I Want to make money crack Android. These headers can be found in some Western media. The thing is that now Google is starting to pay off for vulnerabilities found in the system to make Android as secure as possible for all users. The emphasis now is on the Nexus 6 and Nexus 9.


VKontakte willing to pay for their mistakes

Social network VKontakte announced the launch of a new program, the essence of which is to search for vulnerabilities within the service, the detection of which will be appropriately rewarded.
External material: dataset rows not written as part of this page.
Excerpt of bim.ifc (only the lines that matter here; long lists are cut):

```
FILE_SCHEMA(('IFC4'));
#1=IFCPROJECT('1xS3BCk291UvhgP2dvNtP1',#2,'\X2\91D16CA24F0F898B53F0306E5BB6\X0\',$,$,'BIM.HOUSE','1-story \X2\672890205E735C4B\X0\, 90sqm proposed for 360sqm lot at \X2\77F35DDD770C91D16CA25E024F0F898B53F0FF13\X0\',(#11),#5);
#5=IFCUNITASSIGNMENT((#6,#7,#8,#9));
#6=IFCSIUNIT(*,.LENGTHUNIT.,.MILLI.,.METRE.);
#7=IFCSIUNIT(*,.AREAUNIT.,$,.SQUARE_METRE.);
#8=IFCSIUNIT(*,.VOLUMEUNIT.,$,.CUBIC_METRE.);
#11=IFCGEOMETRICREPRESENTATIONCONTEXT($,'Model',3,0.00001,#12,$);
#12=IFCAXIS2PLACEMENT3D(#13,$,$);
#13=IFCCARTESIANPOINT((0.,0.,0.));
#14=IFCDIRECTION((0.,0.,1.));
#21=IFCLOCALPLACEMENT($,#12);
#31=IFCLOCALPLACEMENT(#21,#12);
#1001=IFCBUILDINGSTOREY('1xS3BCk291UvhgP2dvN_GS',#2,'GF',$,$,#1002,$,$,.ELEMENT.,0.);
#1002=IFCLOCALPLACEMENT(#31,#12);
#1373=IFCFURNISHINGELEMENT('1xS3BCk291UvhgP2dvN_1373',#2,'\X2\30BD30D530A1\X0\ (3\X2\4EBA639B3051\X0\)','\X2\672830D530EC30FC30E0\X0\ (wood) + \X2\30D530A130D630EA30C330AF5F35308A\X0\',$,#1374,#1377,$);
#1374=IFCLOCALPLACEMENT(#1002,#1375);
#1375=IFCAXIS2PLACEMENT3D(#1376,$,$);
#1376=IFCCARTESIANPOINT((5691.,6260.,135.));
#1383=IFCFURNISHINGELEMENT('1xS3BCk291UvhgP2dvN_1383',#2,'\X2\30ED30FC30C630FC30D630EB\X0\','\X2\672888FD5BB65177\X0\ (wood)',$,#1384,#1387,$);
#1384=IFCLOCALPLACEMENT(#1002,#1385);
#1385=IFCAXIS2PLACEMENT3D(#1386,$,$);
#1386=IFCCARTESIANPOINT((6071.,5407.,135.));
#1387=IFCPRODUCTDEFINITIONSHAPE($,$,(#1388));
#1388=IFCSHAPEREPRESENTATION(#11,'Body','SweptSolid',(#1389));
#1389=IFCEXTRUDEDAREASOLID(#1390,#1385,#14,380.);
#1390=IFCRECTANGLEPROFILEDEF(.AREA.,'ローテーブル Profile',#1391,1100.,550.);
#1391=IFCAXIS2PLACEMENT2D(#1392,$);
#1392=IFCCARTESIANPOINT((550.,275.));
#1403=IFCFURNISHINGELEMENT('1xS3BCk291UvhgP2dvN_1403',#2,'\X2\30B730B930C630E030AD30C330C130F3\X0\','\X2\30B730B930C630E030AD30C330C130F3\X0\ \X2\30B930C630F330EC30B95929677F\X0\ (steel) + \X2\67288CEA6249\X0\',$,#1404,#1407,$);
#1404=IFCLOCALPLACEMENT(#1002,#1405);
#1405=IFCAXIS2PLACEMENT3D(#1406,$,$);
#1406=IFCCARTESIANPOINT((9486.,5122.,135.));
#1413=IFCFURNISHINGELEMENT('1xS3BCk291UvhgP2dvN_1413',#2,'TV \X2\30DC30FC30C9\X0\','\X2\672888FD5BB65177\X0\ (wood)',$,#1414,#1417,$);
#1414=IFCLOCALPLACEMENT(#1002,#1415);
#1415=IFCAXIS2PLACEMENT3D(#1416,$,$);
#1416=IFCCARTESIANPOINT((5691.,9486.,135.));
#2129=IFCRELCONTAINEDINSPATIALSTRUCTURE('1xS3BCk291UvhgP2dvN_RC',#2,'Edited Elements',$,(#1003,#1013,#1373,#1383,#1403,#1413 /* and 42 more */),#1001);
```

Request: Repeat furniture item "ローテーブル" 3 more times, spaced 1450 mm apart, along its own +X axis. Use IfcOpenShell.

```python
import ifcopenshell
import ifcopenshell.api.geometry
import ifcopenshell.api.root
import ifcopenshell.util.element
import ifcopenshell.util.placement
import ifcopenshell.util.unit

model = ifcopenshell.open("bim.ifc")
unit_scale = ifcopenshell.util.unit.calculate_unit_scale(model)


def reuse_history(source, copy):
    """copy_class also copies each property set's owner history, people and application; keep the originals."""
    for rel in copy.IsDefinedBy:
        if rel.is_a("IfcRelDefinesByProperties") and (history := rel.RelatingPropertyDefinition.OwnerHistory):
            rel.RelatingPropertyDefinition.OwnerHistory = source.OwnerHistory
            ifcopenshell.util.element.remove_deep2(model, history)


source = model.by_id(1383)
base = ifcopenshell.util.placement.get_local_placement(source.ObjectPlacement)
step = base[:3, 0] * 1.45 / unit_scale

for i in range(1, 4):
    copy = ifcopenshell.api.root.copy_class(model, product=source)
    copy.Representation = ifcopenshell.util.element.copy_deep(
        model, source.Representation, exclude=["IfcGeometricRepresentationContext", "IfcRepresentationMap"]
    )
    reuse_history(source, copy)
    matrix = base.copy()
    matrix[:3, 3] += i * step
    print("added at", matrix[:3, 3].round(3) + 0.0)
    ifcopenshell.api.geometry.edit_object_placement(model, product=copy, matrix=matrix, is_si=False)

model.write("bim_updated.ifc")
```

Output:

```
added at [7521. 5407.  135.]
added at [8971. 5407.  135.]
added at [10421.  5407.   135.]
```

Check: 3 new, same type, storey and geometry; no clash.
"VKontakte" will pay for the found vulnerabilities

The Russian social network "VKontakte" offered a new way to earn with it. It's not public and not ubiquitous advertising — a search for vulnerabilities and sending bug reports. Found the flaw and reported it received a certain amount of money. This was reported by Andrey Rogozov, head of operations. The whole process is based on the popular platform HackerOne.


Cambridge scientists have identified a new vulnerability in the Android platform

More than 500 million Android devices are a potential threat to their owners, say researchers at Cambridge University, who found the vulnerability of the mechanism of deletion of data when performing factory data reset.


The Map Maker service temporarily not working

Remember the incident with the Android robot peeing on Google maps? Yes, he was the reason for the temporary suspension of the operation of the service Map Maker.


Android has a vulnerability that could steal your fingerprints

Experts from the company FireEye, specializing in information security, has detected a dangerous vulnerabilities associated with biometric sensors on some Android devices.


Not closed the vulnerability of the Android installer for 42.5% of devices

Known as Time-of-Check Time-of-Use (TOCTTOU) vulnerability was first discovered in 2014 what was notified the programmers Google. Since then, the team Android released patches for Android 4.3 and above, but older versions of the system were not protected.

the Company, dealing with security, Palo Alto Networks reports that Android 4.2 and above (currently approximately 42.5% of the devices) vulnerability exists which can be used for the introduction of malware during the installation phase applications in the system from the user.